A Jupyter notebook was used to show test results as it is a fantastic tool for communicating how code works with being able to blend text editing, code and code output.

**Propose how often the data should be updated and why.**

*Crossref* - After an initial load of the crossref publishing metadata could I would propose retrieving new records from the API on a daily basis. New content is being bublished all the time so it would be useful to have a daily view. Having said that the primary purpose of the anlysis is looking at macro trends so even though content may be published at ant time there isn't really any need for a real time view of this. 

*World Bank GDP data*- the World Bank GDP data is reported on an annual basis so new data would needed to be loaded each year when it becomes available

<br>

**Write a description of how you would approach the problem differently under the following scenarios:**

 * The data was increased by 100x.

If the data was increased by 100x then I would use a scalable cloud database that supported both distributed storage and processing.
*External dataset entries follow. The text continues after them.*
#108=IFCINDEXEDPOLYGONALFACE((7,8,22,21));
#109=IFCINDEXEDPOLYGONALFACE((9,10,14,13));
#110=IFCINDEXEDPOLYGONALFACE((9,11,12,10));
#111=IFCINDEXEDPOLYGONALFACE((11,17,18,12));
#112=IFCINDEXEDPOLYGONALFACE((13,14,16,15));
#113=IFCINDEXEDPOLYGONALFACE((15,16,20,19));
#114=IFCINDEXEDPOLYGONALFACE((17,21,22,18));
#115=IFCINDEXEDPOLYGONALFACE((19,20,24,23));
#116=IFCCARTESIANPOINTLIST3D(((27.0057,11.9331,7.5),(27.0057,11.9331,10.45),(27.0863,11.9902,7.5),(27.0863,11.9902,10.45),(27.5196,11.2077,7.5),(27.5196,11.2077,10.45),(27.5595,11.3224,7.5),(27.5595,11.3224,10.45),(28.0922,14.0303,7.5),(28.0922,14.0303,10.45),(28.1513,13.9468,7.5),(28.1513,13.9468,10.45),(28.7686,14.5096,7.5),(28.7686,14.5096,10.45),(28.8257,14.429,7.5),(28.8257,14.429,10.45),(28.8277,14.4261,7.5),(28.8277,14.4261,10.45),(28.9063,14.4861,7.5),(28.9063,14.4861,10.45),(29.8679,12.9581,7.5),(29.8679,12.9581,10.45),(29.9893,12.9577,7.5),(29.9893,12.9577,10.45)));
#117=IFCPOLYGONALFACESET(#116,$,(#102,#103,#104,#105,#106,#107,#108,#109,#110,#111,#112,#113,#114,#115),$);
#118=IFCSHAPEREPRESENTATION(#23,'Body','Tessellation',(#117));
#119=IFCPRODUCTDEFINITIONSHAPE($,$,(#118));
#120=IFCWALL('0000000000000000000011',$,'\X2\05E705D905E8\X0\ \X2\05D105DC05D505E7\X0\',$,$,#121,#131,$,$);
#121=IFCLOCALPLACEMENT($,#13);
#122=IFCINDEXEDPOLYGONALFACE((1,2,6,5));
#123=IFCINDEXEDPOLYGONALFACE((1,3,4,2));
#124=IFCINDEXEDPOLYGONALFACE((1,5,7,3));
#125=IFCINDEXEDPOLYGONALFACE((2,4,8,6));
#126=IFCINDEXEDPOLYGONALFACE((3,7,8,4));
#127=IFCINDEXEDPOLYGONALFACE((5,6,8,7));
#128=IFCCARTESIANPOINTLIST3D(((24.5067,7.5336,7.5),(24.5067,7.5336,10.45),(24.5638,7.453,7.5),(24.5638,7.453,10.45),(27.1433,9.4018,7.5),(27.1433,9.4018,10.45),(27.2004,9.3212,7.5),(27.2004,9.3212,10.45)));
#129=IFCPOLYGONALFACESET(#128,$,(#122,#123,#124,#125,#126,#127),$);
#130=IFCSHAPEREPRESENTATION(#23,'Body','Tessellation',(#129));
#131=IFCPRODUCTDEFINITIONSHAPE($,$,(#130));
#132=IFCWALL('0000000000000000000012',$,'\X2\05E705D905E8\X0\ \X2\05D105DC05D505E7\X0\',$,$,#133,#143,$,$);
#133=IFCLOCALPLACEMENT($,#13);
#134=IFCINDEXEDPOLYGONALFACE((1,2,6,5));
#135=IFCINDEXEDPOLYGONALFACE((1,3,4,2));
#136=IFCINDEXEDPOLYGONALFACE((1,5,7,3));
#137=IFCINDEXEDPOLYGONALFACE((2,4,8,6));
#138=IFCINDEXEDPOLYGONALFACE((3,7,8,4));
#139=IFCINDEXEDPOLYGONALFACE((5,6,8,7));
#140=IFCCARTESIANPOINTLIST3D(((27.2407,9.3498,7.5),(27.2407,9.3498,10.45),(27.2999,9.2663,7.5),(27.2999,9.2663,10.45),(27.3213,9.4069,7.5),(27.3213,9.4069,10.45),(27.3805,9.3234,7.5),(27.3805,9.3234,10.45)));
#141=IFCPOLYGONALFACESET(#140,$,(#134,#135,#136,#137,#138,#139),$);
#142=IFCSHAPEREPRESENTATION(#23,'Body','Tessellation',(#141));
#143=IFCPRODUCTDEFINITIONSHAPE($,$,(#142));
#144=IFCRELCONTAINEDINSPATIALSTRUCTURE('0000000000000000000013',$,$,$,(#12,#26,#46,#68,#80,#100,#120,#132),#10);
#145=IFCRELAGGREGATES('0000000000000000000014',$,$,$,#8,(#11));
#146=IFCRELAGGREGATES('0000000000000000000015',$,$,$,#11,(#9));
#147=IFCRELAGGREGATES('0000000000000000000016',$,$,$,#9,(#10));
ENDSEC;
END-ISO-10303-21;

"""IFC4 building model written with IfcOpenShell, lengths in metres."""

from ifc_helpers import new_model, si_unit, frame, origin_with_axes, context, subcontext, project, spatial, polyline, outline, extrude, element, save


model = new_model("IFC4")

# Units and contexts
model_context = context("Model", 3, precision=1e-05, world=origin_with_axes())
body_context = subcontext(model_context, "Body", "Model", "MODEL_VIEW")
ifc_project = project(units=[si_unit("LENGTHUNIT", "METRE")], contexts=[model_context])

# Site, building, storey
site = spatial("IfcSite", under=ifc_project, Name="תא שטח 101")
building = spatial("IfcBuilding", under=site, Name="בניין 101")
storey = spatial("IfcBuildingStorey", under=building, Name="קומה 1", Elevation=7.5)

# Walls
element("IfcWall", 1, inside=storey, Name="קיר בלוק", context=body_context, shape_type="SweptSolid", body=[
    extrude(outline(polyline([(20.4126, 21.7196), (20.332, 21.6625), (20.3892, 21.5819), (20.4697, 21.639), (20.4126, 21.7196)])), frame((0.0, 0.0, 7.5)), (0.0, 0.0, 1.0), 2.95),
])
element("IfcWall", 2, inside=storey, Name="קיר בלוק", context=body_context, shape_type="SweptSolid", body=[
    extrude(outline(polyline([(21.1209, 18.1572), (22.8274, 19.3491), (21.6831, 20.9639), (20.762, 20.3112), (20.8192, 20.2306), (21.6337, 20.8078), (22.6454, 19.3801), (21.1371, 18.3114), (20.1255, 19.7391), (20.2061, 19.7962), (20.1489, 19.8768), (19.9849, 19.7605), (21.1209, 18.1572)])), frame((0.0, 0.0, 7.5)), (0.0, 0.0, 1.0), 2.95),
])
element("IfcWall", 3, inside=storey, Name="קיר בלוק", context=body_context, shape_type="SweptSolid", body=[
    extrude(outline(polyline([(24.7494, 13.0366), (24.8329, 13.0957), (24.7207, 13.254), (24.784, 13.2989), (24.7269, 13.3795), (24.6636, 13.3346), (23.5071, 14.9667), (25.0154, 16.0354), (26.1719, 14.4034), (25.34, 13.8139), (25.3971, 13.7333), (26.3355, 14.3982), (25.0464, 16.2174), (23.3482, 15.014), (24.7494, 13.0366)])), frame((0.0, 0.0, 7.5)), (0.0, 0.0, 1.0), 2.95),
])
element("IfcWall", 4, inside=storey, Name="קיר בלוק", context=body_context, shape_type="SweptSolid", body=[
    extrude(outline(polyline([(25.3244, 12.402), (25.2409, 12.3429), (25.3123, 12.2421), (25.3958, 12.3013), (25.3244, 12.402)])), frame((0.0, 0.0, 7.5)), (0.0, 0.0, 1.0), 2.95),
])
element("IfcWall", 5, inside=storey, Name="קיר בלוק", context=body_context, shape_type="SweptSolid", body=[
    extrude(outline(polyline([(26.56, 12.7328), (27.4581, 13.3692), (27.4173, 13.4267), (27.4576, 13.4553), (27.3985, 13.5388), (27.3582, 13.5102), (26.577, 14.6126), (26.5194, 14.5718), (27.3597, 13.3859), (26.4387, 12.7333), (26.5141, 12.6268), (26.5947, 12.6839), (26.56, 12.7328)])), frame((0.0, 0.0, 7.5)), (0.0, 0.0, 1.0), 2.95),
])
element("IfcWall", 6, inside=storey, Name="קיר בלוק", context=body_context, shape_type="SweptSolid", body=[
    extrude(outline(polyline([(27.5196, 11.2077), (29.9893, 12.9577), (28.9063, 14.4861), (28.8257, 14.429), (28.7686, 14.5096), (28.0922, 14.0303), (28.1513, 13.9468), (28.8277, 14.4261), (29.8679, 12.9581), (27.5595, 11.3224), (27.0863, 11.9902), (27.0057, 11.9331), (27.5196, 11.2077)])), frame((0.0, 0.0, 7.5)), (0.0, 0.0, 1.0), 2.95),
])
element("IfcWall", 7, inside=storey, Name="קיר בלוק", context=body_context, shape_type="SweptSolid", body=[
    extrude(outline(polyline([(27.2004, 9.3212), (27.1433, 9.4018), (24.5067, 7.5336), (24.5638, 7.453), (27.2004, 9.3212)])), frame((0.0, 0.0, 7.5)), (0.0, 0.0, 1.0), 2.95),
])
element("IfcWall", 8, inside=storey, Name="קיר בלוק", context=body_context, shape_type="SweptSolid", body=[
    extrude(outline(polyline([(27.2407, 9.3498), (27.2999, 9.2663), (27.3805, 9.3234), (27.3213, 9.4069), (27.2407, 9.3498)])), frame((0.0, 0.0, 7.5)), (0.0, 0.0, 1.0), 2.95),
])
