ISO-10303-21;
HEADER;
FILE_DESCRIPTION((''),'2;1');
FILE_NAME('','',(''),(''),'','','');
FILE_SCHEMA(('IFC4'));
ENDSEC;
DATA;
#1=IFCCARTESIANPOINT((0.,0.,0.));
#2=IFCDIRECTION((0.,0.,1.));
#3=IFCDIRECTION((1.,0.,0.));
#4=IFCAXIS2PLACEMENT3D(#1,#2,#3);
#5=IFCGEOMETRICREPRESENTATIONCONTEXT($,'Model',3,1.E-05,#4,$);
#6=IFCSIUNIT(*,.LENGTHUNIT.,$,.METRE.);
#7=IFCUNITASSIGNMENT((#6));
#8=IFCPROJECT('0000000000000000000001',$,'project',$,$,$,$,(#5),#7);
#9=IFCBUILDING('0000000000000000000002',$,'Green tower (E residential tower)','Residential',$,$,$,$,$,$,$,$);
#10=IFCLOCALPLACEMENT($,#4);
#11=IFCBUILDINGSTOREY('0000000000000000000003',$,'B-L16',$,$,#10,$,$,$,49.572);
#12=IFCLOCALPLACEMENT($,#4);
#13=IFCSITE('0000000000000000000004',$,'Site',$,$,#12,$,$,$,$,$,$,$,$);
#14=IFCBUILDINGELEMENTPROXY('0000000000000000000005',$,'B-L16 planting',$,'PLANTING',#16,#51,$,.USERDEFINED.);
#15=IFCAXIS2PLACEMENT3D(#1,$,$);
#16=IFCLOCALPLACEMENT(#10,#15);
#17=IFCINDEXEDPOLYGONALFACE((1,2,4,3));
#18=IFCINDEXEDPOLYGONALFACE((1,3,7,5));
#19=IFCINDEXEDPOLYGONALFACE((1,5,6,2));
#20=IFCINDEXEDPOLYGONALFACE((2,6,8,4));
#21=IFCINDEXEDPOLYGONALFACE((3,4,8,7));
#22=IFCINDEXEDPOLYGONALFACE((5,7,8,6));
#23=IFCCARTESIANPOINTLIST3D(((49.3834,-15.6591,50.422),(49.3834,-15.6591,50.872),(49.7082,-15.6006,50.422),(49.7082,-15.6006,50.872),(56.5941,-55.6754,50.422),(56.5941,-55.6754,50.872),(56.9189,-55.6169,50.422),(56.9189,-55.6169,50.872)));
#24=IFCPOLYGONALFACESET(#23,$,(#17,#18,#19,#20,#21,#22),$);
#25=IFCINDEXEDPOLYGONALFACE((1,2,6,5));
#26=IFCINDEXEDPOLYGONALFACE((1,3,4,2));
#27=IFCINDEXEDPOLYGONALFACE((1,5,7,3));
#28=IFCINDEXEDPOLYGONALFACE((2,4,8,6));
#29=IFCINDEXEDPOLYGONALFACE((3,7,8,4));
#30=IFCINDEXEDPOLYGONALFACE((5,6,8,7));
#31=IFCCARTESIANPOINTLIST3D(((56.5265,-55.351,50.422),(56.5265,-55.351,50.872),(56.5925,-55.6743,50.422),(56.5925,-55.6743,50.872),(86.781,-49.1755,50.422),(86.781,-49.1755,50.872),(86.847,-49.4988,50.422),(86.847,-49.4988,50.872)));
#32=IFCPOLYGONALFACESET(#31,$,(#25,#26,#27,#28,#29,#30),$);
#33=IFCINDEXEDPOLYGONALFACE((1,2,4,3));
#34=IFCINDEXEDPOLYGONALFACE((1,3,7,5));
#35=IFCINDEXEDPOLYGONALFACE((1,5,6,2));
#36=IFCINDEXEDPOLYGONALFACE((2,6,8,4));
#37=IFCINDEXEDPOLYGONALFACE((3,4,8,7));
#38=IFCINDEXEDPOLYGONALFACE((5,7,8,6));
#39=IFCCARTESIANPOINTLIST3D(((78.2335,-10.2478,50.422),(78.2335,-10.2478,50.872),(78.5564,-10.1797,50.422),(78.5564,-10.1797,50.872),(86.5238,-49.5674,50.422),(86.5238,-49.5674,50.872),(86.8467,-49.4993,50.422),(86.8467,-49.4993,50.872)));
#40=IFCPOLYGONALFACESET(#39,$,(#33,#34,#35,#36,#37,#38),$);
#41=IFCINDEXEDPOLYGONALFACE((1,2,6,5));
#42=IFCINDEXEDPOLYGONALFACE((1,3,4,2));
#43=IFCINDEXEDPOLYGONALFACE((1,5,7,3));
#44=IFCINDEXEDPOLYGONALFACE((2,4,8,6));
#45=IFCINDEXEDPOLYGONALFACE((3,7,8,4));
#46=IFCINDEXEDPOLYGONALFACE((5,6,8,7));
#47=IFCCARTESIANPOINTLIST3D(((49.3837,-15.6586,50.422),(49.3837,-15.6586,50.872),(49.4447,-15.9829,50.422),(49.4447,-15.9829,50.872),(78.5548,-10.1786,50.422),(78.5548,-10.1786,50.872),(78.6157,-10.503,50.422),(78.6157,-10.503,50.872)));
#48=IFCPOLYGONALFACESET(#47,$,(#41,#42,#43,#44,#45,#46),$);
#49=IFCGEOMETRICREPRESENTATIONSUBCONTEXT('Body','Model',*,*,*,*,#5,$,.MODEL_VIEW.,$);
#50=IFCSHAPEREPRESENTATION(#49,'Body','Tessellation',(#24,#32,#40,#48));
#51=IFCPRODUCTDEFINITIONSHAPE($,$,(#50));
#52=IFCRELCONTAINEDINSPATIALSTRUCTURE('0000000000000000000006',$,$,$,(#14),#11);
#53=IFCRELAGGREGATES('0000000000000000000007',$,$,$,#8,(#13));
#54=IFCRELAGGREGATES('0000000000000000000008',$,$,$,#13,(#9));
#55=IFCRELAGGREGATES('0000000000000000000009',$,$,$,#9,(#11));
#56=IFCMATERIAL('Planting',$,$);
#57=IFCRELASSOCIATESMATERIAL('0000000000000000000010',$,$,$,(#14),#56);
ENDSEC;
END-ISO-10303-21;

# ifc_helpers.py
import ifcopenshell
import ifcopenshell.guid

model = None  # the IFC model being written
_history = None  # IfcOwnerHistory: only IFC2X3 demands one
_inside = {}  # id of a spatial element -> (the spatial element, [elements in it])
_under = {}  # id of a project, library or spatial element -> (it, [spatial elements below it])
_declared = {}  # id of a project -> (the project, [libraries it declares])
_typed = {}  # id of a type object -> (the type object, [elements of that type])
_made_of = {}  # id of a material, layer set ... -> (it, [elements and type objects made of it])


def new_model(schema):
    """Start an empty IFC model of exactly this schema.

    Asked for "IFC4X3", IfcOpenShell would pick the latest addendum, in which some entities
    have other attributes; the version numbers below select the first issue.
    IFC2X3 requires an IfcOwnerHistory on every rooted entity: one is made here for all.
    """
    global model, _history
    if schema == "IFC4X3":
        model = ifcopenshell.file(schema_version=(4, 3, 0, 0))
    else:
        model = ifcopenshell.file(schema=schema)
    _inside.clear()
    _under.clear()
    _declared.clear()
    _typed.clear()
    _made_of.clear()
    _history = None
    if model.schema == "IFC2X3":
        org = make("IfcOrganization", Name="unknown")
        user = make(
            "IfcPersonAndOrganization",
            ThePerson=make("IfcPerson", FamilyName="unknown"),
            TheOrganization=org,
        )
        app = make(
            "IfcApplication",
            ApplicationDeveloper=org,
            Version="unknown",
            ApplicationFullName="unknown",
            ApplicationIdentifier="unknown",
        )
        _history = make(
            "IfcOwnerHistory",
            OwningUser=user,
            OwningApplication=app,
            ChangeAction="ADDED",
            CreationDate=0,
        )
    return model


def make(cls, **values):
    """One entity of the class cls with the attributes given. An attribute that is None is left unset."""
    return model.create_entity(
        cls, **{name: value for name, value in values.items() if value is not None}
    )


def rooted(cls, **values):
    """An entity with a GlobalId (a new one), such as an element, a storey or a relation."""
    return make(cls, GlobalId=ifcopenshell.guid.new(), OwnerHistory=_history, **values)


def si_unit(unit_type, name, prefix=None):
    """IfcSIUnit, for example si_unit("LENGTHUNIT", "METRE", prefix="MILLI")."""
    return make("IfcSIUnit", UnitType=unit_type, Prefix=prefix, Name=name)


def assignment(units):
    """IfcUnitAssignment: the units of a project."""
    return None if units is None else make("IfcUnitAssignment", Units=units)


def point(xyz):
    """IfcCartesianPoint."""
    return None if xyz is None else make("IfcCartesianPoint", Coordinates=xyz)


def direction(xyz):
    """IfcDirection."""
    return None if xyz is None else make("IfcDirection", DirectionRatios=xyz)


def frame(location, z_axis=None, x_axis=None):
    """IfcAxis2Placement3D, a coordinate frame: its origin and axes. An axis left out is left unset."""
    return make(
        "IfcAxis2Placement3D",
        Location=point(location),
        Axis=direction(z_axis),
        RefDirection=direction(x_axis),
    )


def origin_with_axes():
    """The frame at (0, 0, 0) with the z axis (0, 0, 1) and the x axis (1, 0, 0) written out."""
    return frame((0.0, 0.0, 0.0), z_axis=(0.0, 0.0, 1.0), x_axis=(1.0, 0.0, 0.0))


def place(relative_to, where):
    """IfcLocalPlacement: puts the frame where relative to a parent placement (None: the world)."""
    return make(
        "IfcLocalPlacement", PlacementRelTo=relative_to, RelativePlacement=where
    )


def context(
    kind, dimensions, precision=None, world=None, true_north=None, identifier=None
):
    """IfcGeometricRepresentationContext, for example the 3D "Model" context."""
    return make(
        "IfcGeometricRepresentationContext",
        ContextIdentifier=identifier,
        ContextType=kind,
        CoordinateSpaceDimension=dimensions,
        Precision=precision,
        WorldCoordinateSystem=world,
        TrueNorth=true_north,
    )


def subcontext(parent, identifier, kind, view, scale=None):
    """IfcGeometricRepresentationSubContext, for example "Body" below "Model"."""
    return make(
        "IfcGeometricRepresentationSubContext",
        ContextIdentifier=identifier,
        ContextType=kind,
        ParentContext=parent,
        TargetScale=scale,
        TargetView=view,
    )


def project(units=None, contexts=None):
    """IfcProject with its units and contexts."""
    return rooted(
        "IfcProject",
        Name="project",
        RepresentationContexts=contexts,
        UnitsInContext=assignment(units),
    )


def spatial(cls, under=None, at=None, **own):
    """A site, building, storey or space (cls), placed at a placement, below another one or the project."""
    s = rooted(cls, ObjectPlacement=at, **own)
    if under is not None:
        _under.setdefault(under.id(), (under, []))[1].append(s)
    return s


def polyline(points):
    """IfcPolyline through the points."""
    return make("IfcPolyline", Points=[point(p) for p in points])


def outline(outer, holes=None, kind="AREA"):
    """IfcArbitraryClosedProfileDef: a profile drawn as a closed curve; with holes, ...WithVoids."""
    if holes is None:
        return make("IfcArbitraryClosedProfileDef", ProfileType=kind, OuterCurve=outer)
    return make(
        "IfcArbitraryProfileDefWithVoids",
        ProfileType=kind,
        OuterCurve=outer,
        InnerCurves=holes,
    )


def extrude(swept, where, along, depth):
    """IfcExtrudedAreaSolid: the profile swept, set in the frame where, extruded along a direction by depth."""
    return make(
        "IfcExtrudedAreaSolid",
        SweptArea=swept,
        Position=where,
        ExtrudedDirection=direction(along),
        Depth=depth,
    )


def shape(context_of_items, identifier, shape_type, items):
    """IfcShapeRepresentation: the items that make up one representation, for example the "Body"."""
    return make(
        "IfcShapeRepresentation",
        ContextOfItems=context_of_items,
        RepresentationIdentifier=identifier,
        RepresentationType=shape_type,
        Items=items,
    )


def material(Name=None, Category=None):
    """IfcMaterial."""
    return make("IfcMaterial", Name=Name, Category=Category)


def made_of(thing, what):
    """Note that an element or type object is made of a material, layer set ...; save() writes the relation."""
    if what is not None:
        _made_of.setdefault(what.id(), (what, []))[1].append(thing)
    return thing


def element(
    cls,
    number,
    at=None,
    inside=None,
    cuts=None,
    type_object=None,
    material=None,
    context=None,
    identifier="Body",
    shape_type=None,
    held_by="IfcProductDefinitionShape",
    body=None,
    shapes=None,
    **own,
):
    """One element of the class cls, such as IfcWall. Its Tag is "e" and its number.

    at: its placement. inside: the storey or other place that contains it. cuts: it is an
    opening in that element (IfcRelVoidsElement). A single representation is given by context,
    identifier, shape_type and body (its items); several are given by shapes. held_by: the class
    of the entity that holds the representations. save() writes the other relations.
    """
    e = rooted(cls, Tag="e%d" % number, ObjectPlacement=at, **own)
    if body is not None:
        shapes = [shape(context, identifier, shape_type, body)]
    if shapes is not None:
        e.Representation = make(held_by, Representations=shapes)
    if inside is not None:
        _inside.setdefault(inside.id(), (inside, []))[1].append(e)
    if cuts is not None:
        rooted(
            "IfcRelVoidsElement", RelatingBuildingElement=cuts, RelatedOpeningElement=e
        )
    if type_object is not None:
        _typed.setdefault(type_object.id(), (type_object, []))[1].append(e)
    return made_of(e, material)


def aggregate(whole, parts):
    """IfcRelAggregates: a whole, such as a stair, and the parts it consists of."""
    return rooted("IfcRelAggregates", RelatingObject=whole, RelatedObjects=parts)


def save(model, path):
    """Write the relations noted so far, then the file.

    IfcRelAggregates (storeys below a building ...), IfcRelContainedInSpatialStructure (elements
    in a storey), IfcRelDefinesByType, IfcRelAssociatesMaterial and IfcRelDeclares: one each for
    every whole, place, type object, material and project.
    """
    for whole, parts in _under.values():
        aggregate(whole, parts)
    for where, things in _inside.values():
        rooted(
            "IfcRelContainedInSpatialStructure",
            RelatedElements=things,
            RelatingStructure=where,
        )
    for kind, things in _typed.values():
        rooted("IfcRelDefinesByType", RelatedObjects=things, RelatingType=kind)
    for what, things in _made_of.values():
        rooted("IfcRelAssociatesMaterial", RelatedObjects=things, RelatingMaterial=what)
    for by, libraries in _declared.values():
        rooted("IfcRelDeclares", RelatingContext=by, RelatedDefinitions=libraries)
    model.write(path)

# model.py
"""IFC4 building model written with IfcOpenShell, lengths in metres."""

from ifc_helpers import new_model, si_unit, frame, origin_with_axes, place, context, subcontext, project, spatial, polyline, outline, extrude, material, element, save


model = new_model("IFC4")

# Units and contexts
model_context = context("Model", 3, precision=1e-05, world=origin_with_axes())
body_context = subcontext(model_context, "Body", "Model", "MODEL_VIEW")
ifc_project = project(units=[si_unit("LENGTHUNIT", "METRE")], contexts=[model_context])

# Site, building, storey
site_placement = place(None, origin_with_axes())
site = spatial("IfcSite", under=ifc_project, at=site_placement, Name="Site")
building = spatial("IfcBuilding", under=site, Name="Green tower (E residential tower)", Description="Residential")
storey_placement = place(None, origin_with_axes())
storey = spatial("IfcBuildingStorey", under=building, at=storey_placement, Name="B-L16", Elevation=49.572)

# Building element proxy
ifc_material_1 = material(Name="Planting")
proxy_1_placement = place(storey_placement, origin_with_axes())
element("IfcBuildingElementProxy", 1, at=proxy_1_placement, inside=storey, material=ifc_material_1, Name="B-L16 planting", ObjectType="PLANTING", PredefinedType="USERDEFINED", context=body_context, shape_type="SweptSolid", body=[
    extrude(outline(polyline([(49.3834, -15.6591), (56.5941, -55.6754), (56.9189, -55.6169), (49.7082, -15.6006), (49.3834, -15.6591)])), frame((0.0, 0.0, 50.422), z_axis=(0.0, 0.0, 1.0), x_axis=(1.0, 0.0, 0.0)), (0.0, 0.0, 1.0), 0.45),
    extrude(outline(polyline([(56.5925, -55.6743), (86.847, -49.4988), (86.781, -49.1755), (56.5265, -55.351), (56.5925, -55.6743)])), frame((0.0, 0.0, 50.422), z_axis=(0.0, 0.0, 1.0), x_axis=(1.0, 0.0, 0.0)), (0.0, 0.0, 1.0), 0.45),
    extrude(outline(polyline([(86.8467, -49.4993), (78.5564, -10.1797), (78.2335, -10.2478), (86.5238, -49.5674), (86.8467, -49.4993)])), frame((0.0, 0.0, 50.422), z_axis=(0.0, 0.0, 1.0), x_axis=(1.0, 0.0, 0.0)), (0.0, 0.0, 1.0), 0.45),
    extrude(outline(polyline([(78.5548, -10.1786), (49.3837, -15.6586), (49.4447, -15.9829), (78.6157, -10.503), (78.5548, -10.1786)])), frame((0.0, 0.0, 50.422), z_axis=(0.0, 0.0, 1.0), x_axis=(1.0, 0.0, 0.0)), (0.0, 0.0, 1.0), 0.45),
])

save(model, "model.ifc")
A possible solution could be Amazon Redshift.  
 
 * The data populates a dashboard that must be updated on a daily basis by 7am every day.

If the data needed to be available at a certain time each day then I would make sure that I used an orchestration tool with scheduling features. One possible solution would be Apache Airflow 
 
 * The database needed to be accessed by 100+ people.
  
 If the database neededd to be accessed by 100+ people I would choose a technology that was easily accessible and supported lots of concurrent connections. One possible option would be Amazon Redshift, a cloud data warehouse that promotes limitless concurrency.